TASK TO COMPLETE:
The lines to copy from the data below are those that hold the string "IFCPRODUCTDEFINITIONSHAPE".

Stored dataset items:
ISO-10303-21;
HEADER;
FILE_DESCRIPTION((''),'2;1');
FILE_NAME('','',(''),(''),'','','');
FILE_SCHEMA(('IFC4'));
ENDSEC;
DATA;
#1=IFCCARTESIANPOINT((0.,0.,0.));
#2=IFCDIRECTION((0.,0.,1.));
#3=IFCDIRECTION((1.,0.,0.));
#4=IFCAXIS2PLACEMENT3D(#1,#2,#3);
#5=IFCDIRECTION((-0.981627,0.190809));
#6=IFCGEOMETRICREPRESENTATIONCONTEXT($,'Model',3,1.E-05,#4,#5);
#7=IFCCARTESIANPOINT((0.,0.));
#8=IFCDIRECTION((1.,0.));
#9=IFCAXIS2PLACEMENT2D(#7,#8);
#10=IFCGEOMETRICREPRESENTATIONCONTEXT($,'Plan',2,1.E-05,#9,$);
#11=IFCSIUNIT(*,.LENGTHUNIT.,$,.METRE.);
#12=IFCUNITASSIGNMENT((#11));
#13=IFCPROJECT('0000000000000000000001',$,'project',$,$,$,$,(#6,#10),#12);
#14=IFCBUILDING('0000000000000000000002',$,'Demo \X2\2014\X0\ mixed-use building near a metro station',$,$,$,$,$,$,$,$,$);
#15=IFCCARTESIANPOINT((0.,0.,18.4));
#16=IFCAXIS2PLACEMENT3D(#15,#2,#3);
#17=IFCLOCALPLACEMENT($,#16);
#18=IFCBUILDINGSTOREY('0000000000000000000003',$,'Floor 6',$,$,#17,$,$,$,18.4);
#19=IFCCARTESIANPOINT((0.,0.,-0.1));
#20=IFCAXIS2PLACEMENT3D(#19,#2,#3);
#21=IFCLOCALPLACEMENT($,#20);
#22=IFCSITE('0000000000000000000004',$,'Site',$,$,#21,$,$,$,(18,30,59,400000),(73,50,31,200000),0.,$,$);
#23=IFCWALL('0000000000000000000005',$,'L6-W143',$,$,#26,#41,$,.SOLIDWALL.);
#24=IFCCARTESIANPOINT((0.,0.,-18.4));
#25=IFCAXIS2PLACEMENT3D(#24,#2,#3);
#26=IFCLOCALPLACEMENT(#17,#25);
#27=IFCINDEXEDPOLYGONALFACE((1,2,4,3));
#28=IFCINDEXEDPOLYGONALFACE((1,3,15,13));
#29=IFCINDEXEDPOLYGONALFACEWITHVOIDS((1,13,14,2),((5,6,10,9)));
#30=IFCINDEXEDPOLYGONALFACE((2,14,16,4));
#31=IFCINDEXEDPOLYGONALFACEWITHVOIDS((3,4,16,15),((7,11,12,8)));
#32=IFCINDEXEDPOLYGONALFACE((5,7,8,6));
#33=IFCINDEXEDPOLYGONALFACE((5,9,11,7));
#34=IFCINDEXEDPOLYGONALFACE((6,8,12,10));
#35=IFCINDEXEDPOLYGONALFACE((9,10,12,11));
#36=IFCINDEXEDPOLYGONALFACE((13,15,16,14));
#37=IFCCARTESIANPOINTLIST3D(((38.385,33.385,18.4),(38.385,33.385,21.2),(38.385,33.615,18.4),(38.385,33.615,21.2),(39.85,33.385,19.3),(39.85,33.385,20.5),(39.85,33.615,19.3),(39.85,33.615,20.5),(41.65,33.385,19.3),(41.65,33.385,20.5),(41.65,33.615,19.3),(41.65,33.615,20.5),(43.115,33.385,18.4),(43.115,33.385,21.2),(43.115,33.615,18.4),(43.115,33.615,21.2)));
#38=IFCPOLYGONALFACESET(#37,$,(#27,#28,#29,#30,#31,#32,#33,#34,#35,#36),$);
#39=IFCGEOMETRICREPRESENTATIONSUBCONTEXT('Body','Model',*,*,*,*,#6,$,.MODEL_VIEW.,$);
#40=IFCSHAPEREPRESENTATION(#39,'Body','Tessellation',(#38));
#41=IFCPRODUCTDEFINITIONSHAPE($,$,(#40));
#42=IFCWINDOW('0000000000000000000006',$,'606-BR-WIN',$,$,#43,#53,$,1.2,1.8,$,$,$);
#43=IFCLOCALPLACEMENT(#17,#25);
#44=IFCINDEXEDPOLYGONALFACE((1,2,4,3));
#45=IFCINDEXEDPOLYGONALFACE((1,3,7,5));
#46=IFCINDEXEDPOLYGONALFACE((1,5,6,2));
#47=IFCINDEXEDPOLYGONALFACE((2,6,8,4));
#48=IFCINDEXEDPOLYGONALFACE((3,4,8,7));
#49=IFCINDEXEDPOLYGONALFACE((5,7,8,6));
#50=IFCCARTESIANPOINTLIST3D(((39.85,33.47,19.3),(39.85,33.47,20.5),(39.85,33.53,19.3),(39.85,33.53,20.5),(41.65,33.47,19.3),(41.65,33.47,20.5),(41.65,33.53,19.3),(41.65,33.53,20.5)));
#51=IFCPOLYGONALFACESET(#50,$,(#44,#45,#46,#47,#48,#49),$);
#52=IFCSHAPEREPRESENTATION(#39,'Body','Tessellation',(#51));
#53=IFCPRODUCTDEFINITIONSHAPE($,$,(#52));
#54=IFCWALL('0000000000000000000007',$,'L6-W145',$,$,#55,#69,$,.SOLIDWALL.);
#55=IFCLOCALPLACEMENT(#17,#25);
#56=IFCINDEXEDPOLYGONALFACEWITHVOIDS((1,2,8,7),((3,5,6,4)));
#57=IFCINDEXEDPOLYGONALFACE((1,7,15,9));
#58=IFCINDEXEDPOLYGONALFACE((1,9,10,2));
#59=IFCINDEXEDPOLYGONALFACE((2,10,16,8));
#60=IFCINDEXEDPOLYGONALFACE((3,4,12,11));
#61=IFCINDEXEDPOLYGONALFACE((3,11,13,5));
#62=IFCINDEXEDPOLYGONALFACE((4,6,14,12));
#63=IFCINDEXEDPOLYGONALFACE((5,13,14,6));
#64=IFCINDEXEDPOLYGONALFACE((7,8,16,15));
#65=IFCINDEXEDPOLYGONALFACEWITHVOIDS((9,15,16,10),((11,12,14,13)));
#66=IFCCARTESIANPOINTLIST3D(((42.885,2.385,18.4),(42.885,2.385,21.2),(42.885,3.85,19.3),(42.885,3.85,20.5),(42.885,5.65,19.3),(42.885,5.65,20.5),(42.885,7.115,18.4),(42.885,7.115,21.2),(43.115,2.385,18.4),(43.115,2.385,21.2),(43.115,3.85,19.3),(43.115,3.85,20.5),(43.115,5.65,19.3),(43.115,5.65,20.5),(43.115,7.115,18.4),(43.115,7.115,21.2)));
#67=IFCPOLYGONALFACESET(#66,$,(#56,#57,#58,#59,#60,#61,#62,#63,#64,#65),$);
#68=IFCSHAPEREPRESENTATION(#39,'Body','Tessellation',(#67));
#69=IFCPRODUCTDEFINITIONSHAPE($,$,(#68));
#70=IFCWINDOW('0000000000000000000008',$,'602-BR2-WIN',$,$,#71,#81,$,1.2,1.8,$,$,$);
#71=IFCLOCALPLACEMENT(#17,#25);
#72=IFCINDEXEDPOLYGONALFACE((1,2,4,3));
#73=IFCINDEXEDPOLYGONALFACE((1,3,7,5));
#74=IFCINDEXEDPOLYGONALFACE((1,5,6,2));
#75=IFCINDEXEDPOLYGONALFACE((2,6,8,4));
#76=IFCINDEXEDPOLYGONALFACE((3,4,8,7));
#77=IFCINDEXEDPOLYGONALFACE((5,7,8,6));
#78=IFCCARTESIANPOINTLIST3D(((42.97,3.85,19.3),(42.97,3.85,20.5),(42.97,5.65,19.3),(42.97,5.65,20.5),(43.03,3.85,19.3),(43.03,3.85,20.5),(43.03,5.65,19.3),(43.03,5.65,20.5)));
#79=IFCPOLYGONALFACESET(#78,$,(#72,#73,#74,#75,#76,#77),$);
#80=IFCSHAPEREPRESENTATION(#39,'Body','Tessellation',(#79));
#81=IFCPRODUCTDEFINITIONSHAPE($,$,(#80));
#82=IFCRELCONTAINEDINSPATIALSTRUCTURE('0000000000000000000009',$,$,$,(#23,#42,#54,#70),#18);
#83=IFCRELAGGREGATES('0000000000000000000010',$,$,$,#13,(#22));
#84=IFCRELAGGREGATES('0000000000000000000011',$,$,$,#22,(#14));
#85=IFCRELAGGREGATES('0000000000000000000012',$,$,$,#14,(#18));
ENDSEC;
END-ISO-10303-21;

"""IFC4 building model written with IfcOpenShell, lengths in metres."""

from ifc_helpers import new_model, si_unit, direction, frame, origin_with_axes, origin_2d_with_axis, place, context, subcontext, project, spatial, line, indexed_curve, outline, extrude, element, fill, save


model = new_model("IFC4")

# Units and contexts
model_context = context("Model", 3, precision=1e-05, world=origin_with_axes(), true_north=direction((-0.981627, 0.190809)))
plan_context = context("Plan", 2, precision=1e-05, world=origin_2d_with_axis())
body_context = subcontext(model_context, "Body", "Model", "MODEL_VIEW")
ifc_project = project(units=[si_unit("LENGTHUNIT", "METRE")], contexts=[model_context, plan_context])

# Site, building, storey
site_placement = place(None, frame((0.0, 0.0, -0.1), z_axis=(0.0, 0.0, 1.0), x_axis=(1.0, 0.0, 0.0)))
site = spatial("IfcSite", under=ifc_project, at=site_placement, Name="Site", RefLatitude=(18, 30, 59, 400000), RefLongitude=(73, 50, 31, 200000), RefElevation=0.0)
building = spatial("IfcBuilding", under=site, Name="Demo — mixed-use building near a metro station")
storey_placement = place(None, frame((0.0, 0.0, 18.4), z_axis=(0.0, 0.0, 1.0), x_axis=(1.0, 0.0, 0.0)))
storey = spatial("IfcBuildingStorey", under=building, at=storey_placement, Name="Floor 6", Elevation=18.4)

# Wall, opening, window
wall_1_placement = place(storey_placement, frame((0.0, 0.0, -18.4), z_axis=(0.0, 0.0, 1.0), x_axis=(1.0, 0.0, 0.0)))
wall_1 = element("IfcWall", 1, at=wall_1_placement, inside=storey, Name="L6-W143", PredefinedType="SOLIDWALL", context=body_context, shape_type="SweptSolid", body=[
    extrude(outline(indexed_curve([(43.115, 33.385), (38.385, 33.385), (38.385, 33.615), (43.115, 33.615)], segments=[line(1, 2, 3, 4, 1)])), frame((0.0, 0.0, 18.4), z_axis=(0.0, 0.0, 1.0), x_axis=(1.0, 0.0, 0.0)), (0.0, 0.0, 1.0), 2.8),
])
opening_1_placement = place(wall_1_placement, origin_with_axes())
opening_1 = element("IfcOpeningElement", 2, at=opening_1_placement, cuts=wall_1, context=body_context, shape_type="SweptSolid", body=[
    extrude(outline(indexed_curve([(41.65, 33.335), (39.85, 33.335), (39.85, 33.665), (41.65, 33.665)], segments=[line(1, 2, 3, 4, 1)])), frame((0.0, 0.0, 19.3), z_axis=(0.0, 0.0, 1.0), x_axis=(1.0, 0.0, 0.0)), (0.0, 0.0, 1.0), 1.2),
])
window_1_placement = place(storey_placement, frame((0.0, 0.0, -18.4), z_axis=(0.0, 0.0, 1.0), x_axis=(1.0, 0.0, 0.0)))
window_1 = element("IfcWindow", 3, at=window_1_placement, inside=storey, Name="606-BR-WIN", OverallHeight=1.2, OverallWidth=1.8, context=body_context, shape_type="SweptSolid", body=[
    extrude(outline(indexed_curve([(41.65, 33.47), (39.85, 33.47), (39.85, 33.53), (41.65, 33.53)], segments=[line(1, 2, 3, 4, 1)])), frame((0.0, 0.0, 19.3), z_axis=(0.0, 0.0, 1.0), x_axis=(1.0, 0.0, 0.0)), (0.0, 0.0, 1.0), 1.2),
])
fill(opening_1, window_1)

# Wall, opening, window
wall_2_placement = place(storey_placement, frame((0.0, 0.0, -18.4), z_axis=(0.0, 0.0, 1.0), x_axis=(1.0, 0.0, 0.0)))
wall_2 = element("IfcWall", 4, at=wall_2_placement, inside=storey, Name="L6-W145", PredefinedType="SOLIDWALL", context=body_context, shape_type="SweptSolid", body=[
    extrude(outline(indexed_curve([(42.885, 2.385), (42.885, 7.115), (43.115, 7.115), (43.115, 2.385)], segments=[line(1, 2, 3, 4, 1)])), frame((0.0, 0.0, 18.4), z_axis=(0.0, 0.0, 1.0), x_axis=(1.0, 0.0, 0.0)), (0.0, 0.0, 1.0), 2.8),
])
opening_2_placement = place(wall_2_placement, origin_with_axes())
opening_2 = element("IfcOpeningElement", 5, at=opening_2_placement, cuts=wall_2, context=body_context, shape_type="SweptSolid", body=[
    extrude(outline(indexed_curve([(42.835, 3.85), (42.835, 5.65), (43.165, 5.65), (43.165, 3.85)], segments=[line(1, 2, 3, 4, 1)])), frame((0.0, 0.0, 19.3), z_axis=(0.0, 0.0, 1.0), x_axis=(1.0, 0.0, 0.0)), (0.0, 0.0, 1.0), 1.2),
])
window_2_placement = place(storey_placement, frame((0.0, 0.0, -18.4), z_axis=(0.0, 0.0, 1.0), x_axis=(1.0, 0.0, 0.0)))
window_2 = element("IfcWindow", 6, at=window_2_placement, inside=storey, Name="602-BR2-WIN", OverallHeight=1.2, OverallWidth=1.8, context=body_context, shape_type="SweptSolid", body=[
    extrude(outline(indexed_curve([(42.97, 3.85), (42.97, 5.65), (43.03, 5.65), (43.03, 3.85)], segments=[line(1, 2, 3, 4, 1)])), frame((0.0, 0.0, 19.3), z_axis=(0.0, 0.0, 1.0), x_axis=(1.0, 0.0, 0.0)), (0.0, 0.0, 1.0), 1.2),
])
fill(opening_2, window_2)

save(model, "model.ifc")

ANSWER SPACE:
#41=IFCPRODUCTDEFINITIONSHAPE($,$,(#40));
#53=IFCPRODUCTDEFINITIONSHAPE($,$,(#52));
#69=IFCPRODUCTDEFINITIONSHAPE($,$,(#68));
#81=IFCPRODUCTDEFINITIONSHAPE($,$,(#80));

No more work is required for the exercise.